Los concejales dijeron que la reducción de las dimensiones de los cuartos no contribuye a mejorar las condiciones de habitabilidad y sostenibilidad de las viviendas ni impacta positivamente en la calidad de vida de la población. sector de la población y para la ciudad.
Claro que un cabildo ultraderechista, como el de Mérida, rechazaría cualquier medida de orientación popular. Tal vez se trataba de hacer viable el otorgamiento de vivienda a los más desposeídos. O quizá de favorecer a grupos empresariales de la industria de la construcción. A un quintanarroense de hoy en día le preguntarías: ¿prefieres rentar un pequeño habitáculo en una cuartería o tener una microcasita propia? La respuesta sería obvia.
Hay muchos contras respecto a la aprobación de la ley de “las casitas”, pero el argumento social es inevitable: hacer más asentamientos al norte de Chetumal, que es coto de la familia Mercader, si fuera factible otorgarlo a través de prestaciones gubernamentales a los trabajadores de bajos ingresos, pudiera ser benéfico aun cuando en la sala-comedor no cupiera ni una sala ni un comedor. Eso ya lo hemos vivido: en una casita de fraccionamiento Caribe no cabe nada, pero la familia tiene algo propio y de valor tasable.
De 12.5 a 9.72 metros cuadrados fue la reducción del espacio habitacional planteado en Mérida, lo que por cierto imposibilitaría el tránsito de una persona en silla de ruedas o de una obesa por los pasillos. Pero a fin de cuentas, críticas mediáticas de por medio, los yucatecos pobres recibieron de mil amores el nuevo ordenamiento. Todo un tema, pero no cabe ninguna duda de que el gobierno estatal saldrá muy raspado merced al diputado “joaquinista” Juan Carlos Pereyra Escudero .
No hay posibilidad de que esto le salga bien al gobernador.

LA DICHA INICUA…
¿Cuál fue el peor de los partidos que hizo supuesta causa con Carlos Joaquín González en esta elección? ¿El PAN o el PRD? Son malísimos ambos, a nivel local y nacional.
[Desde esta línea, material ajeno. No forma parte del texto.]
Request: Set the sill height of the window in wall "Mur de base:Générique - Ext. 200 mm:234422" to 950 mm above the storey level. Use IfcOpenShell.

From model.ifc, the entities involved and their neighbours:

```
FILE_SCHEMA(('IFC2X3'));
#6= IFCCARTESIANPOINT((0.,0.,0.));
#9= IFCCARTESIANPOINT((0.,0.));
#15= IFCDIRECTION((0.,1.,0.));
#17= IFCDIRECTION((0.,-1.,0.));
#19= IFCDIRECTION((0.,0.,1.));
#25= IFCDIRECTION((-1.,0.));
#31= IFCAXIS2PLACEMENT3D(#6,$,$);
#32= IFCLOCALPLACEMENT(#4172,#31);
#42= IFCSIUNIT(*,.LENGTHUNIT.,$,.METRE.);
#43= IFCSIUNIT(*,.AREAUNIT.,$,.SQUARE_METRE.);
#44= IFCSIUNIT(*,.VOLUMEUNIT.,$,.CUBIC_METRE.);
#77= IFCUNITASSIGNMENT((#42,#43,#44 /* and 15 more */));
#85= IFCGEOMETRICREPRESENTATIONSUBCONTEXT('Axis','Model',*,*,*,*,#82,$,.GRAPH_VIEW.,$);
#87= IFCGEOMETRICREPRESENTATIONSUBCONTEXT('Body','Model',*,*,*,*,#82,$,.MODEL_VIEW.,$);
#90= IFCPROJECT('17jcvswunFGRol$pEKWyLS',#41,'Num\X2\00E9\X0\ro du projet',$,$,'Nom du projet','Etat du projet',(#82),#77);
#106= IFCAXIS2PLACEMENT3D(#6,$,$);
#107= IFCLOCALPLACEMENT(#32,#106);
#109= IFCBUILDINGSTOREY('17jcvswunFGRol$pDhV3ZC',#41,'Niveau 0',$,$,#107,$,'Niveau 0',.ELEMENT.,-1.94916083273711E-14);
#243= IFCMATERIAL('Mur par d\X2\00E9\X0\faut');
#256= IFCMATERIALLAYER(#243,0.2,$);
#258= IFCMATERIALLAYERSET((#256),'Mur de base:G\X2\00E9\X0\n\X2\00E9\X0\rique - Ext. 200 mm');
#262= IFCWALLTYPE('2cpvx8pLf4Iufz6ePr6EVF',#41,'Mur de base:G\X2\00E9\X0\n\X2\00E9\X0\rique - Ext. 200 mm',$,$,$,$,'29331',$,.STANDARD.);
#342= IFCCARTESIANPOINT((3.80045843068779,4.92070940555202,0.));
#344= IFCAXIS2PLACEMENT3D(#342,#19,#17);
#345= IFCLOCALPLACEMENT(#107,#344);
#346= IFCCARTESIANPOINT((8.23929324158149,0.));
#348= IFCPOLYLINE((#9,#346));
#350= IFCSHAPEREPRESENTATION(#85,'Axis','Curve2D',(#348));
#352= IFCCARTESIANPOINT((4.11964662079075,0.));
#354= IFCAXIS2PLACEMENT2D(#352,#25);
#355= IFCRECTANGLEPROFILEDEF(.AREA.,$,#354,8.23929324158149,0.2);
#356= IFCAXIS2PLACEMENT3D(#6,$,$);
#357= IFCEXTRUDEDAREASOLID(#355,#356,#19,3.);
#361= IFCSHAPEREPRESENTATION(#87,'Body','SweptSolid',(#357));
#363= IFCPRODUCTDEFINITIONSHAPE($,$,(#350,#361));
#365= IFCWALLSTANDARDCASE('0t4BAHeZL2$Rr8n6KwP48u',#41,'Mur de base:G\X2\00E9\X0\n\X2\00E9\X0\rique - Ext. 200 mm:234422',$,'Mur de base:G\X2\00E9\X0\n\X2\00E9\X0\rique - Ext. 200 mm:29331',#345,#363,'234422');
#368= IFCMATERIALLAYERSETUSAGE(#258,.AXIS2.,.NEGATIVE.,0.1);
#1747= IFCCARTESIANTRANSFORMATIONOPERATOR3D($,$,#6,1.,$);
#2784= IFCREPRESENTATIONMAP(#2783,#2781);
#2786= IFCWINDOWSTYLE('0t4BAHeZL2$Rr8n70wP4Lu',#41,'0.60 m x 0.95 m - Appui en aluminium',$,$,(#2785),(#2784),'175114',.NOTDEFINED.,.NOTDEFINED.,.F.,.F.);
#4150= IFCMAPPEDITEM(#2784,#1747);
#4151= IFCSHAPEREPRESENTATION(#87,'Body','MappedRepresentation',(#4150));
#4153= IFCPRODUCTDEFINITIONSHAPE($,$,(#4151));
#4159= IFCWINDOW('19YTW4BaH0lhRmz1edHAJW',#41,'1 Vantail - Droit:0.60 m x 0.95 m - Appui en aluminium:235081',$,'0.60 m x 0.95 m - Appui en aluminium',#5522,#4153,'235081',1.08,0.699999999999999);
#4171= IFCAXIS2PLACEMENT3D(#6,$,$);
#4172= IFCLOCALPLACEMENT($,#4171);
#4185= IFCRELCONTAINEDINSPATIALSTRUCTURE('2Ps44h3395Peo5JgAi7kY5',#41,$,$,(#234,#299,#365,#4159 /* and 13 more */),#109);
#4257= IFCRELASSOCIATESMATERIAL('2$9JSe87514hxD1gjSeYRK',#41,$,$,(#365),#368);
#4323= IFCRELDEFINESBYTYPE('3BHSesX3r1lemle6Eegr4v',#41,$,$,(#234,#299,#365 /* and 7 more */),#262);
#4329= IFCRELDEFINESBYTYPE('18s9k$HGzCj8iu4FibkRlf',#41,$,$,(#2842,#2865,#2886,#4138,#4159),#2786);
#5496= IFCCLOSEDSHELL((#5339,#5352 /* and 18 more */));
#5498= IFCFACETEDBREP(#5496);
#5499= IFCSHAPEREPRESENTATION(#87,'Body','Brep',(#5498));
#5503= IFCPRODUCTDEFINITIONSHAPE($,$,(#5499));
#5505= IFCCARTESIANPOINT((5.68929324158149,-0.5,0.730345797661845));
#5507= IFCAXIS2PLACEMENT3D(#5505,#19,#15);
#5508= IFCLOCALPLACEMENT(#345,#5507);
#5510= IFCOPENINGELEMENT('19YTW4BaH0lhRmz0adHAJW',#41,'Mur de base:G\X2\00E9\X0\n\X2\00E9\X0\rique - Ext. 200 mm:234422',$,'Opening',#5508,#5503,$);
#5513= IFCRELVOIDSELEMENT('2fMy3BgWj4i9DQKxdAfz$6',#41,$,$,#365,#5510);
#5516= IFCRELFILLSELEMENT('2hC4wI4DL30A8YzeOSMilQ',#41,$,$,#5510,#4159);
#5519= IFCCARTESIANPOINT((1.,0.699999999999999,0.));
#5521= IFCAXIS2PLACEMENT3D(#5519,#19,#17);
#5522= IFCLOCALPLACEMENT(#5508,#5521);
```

```python
import numpy as np
import ifcopenshell
import ifcopenshell.api.geometry
import ifcopenshell.geom
import ifcopenshell.util.element
import ifcopenshell.util.placement
import ifcopenshell.util.shape
import ifcopenshell.util.unit

model = ifcopenshell.open("model.ifc")
unit_scale = ifcopenshell.util.unit.calculate_unit_scale(model)

window = model.by_id(4159)
opening = window.FillsVoids[0].RelatingOpeningElement
storey = ifcopenshell.util.element.get_container(window, ifc_class="IfcBuildingStorey")
level = ifcopenshell.util.placement.get_local_placement(storey.ObjectPlacement)[2, 3]

# The opening's origin need not be at the sill, so measure its lowest point.
shape = ifcopenshell.geom.create_shape(ifcopenshell.geom.settings(), opening)
bottom = ifcopenshell.util.shape.get_shape_bottom_elevation(shape, shape.geometry) / unit_scale
dz = level + 0.95 / unit_scale - bottom

shift = np.array([0.0, 0.0, dz])
# The window is placed relative to its opening, so it follows when the opening moves.
matrix = ifcopenshell.util.placement.get_local_placement(opening.ObjectPlacement)
matrix[:3, 3] += shift
ifcopenshell.api.geometry.edit_object_placement(
    model, product=opening, matrix=matrix, is_si=False, should_transform_children=True
)

print(f"moved by {dz * unit_scale:+.3f} m")

model.write("model-out.ifc")
```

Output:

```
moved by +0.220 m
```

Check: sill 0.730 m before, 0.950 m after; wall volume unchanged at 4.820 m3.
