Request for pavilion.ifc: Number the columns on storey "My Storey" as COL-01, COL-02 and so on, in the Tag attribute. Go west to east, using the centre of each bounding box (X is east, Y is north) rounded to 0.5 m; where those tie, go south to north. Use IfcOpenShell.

First a look at what the model holds.

```python
import ifcopenshell
import ifcopenshell.util.element
import ifcopenshell.util.placement

model = ifcopenshell.open("pavilion.ifc")
print(model.schema)
storey = next(s for s in model.by_type("IfcBuildingStorey") if s.Name == "My Storey")
columns = [e for e in ifcopenshell.util.element.get_decomposition(storey) if e.is_a("IfcColumn")]
for e in sorted(columns, key=lambda e: e.id()):
    origin = ifcopenshell.util.placement.get_local_placement(e.ObjectPlacement)[:3, 3]
    print(e.id(), e.Tag, e.Name, origin.round(2) + 0.0, sep=" | ")
```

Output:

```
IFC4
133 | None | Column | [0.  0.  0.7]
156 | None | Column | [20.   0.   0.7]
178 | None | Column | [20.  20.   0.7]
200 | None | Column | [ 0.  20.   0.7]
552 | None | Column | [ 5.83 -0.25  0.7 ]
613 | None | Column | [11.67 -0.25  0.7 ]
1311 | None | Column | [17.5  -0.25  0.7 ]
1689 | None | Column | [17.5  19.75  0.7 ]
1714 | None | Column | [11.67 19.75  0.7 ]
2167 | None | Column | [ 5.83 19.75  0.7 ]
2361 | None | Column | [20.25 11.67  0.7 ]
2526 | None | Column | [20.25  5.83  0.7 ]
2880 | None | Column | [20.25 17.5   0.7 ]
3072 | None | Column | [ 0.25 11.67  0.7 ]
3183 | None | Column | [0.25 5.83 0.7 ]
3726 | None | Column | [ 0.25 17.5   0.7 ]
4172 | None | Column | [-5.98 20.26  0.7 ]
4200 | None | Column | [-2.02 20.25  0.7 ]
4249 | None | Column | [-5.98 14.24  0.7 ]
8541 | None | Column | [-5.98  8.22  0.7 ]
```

```python
import ifcopenshell
import ifcopenshell.geom
import ifcopenshell.util.element
import ifcopenshell.util.shape

model = ifcopenshell.open("pavilion.ifc")
settings = ifcopenshell.geom.settings()
settings.set("use-world-coords", True)


def centre(element):
    shape = ifcopenshell.geom.create_shape(settings, element)
    return ifcopenshell.util.shape.get_bbox_centroid(shape.geometry)


storey = next(s for s in model.by_type("IfcBuildingStorey") if s.Name == "My Storey")
columns = [e for e in ifcopenshell.util.element.get_decomposition(storey) if e.is_a("IfcColumn")]

# Insertion points can sit at a corner or the storey origin, so sort by the geometry (in metres).
centres = {e: centre(e) for e in columns}
columns.sort(key=lambda e: (round(centres[e][0] / 0.5), centres[e][1]))

for i, e in enumerate(columns, start=1):
    number = f"COL-{i:02d}"
    e.Tag = number
    print(e.id(), number)

model.write("pavilion_edited.ifc")
```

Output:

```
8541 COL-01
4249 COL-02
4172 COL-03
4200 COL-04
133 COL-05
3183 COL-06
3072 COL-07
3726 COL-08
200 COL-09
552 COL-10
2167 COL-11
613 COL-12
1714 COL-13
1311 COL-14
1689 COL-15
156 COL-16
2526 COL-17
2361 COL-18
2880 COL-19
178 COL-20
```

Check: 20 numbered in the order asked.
Perdieron un capital histórico inenarrable por sus inquinas y –lo peor– sus riñas internas. Para el tacho de la basura, la derecha y la izquierda –pues el ganador, el Morena, es inclasificable en izquierda o derecha: con políticas sociales progresistas pero con posturas económicas de ultraderecha–; con un PRI peor que muerto, cuya fracción parlamentaria en San Lázaro sale completa en una selfie, ya no tenemos idea de quién nos representa.
La política en México es una basura. El líder estatal del PAN Juan Carlos Pallares Bueno de plano le echó la culpa al gobernador de la catástrofe electoral. ¿Pues no se supone que las elecciones son tema de partido y que los gobernantes no deben meter su cuchara? Lamentable, antidemocrático y contrario a nuestra constitución republicana el chico temido panista.
¡Qué cinismo! O sea: el imberbe liderzuelo está reclamándole al gobernador no haber intervenido a favor de sus candidatos –o pseudocandidatos–? ¡Qué bestia! Fueron arrasados por lo que son o dejan de ser. Bazofia electoral.
Carlos Joaquín los remolcó en la euforia antiborgista para empoderarse, ¿y ahora le exigen que siga cargando con sus pesos muertos electorales? Pallares, ¡qué cínico es!